## Provided data
###
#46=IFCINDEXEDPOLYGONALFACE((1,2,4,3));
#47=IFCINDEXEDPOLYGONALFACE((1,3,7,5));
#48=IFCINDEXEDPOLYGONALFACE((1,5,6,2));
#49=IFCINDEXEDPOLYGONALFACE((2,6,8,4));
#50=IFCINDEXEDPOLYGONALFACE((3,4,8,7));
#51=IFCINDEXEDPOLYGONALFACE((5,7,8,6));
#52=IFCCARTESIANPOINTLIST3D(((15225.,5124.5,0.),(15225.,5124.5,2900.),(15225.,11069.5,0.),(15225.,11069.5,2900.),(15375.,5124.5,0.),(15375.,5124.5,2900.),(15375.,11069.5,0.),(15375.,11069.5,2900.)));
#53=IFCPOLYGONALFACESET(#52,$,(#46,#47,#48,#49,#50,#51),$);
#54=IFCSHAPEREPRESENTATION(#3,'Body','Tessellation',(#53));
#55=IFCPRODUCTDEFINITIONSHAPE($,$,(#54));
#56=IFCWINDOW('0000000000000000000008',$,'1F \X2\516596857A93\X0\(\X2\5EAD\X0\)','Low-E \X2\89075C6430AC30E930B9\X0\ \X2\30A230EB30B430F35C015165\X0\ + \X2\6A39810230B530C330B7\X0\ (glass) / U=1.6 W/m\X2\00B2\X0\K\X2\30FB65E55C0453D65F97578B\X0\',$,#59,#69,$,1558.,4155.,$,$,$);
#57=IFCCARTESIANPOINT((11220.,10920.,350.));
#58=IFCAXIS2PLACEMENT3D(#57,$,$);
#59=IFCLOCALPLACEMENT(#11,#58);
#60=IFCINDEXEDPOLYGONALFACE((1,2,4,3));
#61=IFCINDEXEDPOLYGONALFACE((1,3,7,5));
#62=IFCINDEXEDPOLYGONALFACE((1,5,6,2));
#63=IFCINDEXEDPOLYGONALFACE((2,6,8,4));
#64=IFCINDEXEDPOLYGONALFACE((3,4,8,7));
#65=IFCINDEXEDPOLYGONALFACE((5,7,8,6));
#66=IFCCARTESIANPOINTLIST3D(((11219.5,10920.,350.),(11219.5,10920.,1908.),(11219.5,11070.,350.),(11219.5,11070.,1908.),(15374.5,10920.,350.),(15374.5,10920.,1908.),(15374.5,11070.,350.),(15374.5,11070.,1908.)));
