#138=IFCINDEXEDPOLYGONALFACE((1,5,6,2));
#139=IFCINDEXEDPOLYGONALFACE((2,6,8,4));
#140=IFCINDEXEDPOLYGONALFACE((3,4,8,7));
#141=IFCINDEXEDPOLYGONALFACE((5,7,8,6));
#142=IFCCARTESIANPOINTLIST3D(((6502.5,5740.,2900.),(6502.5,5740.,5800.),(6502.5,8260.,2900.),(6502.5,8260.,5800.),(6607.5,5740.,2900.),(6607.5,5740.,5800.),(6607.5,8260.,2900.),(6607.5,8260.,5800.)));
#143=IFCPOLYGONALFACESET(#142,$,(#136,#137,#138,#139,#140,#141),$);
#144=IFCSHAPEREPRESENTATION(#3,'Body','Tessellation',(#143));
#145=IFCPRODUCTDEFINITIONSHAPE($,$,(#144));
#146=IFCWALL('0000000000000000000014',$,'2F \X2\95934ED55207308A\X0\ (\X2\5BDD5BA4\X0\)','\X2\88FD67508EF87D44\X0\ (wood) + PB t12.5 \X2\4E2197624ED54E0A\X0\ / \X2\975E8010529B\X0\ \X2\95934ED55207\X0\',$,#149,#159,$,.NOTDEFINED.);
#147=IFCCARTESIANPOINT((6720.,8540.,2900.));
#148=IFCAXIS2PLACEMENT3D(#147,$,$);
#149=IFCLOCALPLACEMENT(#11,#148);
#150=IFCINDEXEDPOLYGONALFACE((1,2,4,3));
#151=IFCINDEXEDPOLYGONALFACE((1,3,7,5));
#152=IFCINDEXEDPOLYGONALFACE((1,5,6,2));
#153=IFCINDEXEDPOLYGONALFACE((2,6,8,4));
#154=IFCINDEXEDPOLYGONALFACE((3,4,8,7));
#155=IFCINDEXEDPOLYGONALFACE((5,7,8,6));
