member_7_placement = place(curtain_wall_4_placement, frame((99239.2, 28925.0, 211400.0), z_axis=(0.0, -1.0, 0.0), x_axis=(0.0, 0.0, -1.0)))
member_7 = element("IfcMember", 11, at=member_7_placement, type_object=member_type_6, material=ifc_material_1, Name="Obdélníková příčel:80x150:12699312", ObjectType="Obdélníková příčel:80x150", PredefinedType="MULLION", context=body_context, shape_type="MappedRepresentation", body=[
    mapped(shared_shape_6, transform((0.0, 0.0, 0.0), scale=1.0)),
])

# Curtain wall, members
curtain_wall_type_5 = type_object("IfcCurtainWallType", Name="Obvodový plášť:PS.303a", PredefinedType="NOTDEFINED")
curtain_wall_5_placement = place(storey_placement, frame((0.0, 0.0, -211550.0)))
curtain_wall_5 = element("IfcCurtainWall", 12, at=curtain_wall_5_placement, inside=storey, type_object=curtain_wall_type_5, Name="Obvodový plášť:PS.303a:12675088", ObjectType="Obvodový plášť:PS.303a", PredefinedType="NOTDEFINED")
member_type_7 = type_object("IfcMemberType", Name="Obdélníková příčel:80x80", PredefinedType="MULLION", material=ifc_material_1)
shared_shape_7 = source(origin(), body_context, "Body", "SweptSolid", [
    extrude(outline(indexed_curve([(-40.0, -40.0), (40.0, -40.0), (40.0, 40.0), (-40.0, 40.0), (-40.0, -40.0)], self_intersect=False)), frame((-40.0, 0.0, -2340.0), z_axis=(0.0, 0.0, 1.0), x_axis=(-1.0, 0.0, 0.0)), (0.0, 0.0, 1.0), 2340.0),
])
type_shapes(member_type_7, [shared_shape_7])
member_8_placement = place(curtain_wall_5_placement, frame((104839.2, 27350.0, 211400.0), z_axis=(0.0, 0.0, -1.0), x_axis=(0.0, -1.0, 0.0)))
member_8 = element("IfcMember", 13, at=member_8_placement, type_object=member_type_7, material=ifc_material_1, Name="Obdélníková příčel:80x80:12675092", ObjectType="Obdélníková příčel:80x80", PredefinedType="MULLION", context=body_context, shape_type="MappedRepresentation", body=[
###
The line with "#64=IFCINDEXEDPOLYGONALFACE((3,4,8,7));" is the last to include; transcribe exactly every line from the top of the material above down to it.

## Completed exercise
#46=IFCINDEXEDPOLYGONALFACE((1,2,4,3));
#47=IFCINDEXEDPOLYGONALFACE((1,3,7,5));
#48=IFCINDEXEDPOLYGONALFACE((1,5,6,2));
#49=IFCINDEXEDPOLYGONALFACE((2,6,8,4));
#50=IFCINDEXEDPOLYGONALFACE((3,4,8,7));
#51=IFCINDEXEDPOLYGONALFACE((5,7,8,6));
#52=IFCCARTESIANPOINTLIST3D(((15225.,5124.5,0.),(15225.,5124.5,2900.),(15225.,11069.5,0.),(15225.,11069.5,2900.),(15375.,5124.5,0.),(15375.,5124.5,2900.),(15375.,11069.5,0.),(15375.,11069.5,2900.)));
#53=IFCPOLYGONALFACESET(#52,$,(#46,#47,#48,#49,#50,#51),$);
#54=IFCSHAPEREPRESENTATION(#3,'Body','Tessellation',(#53));
#55=IFCPRODUCTDEFINITIONSHAPE($,$,(#54));
#56=IFCWINDOW('0000000000000000000008',$,'1F \X2\516596857A93\X0\(\X2\5EAD\X0\)','Low-E \X2\89075C6430AC30E930B9\X0\ \X2\30A230EB30B430F35C015165\X0\ + \X2\6A39810230B530C330B7\X0\ (glass) / U=1.6 W/m\X2\00B2\X0\K\X2\30FB65E55C0453D65F97578B\X0\',$,#59,#69,$,1558.,4155.,$,$,$);
#57=IFCCARTESIANPOINT((11220.,10920.,350.));
#58=IFCAXIS2PLACEMENT3D(#57,$,$);
#59=IFCLOCALPLACEMENT(#11,#58);
#60=IFCINDEXEDPOLYGONALFACE((1,2,4,3));
#61=IFCINDEXEDPOLYGONALFACE((1,3,7,5));
#62=IFCINDEXEDPOLYGONALFACE((1,5,6,2));
#63=IFCINDEXEDPOLYGONALFACE((2,6,8,4));
#64=IFCINDEXEDPOLYGONALFACE((3,4,8,7));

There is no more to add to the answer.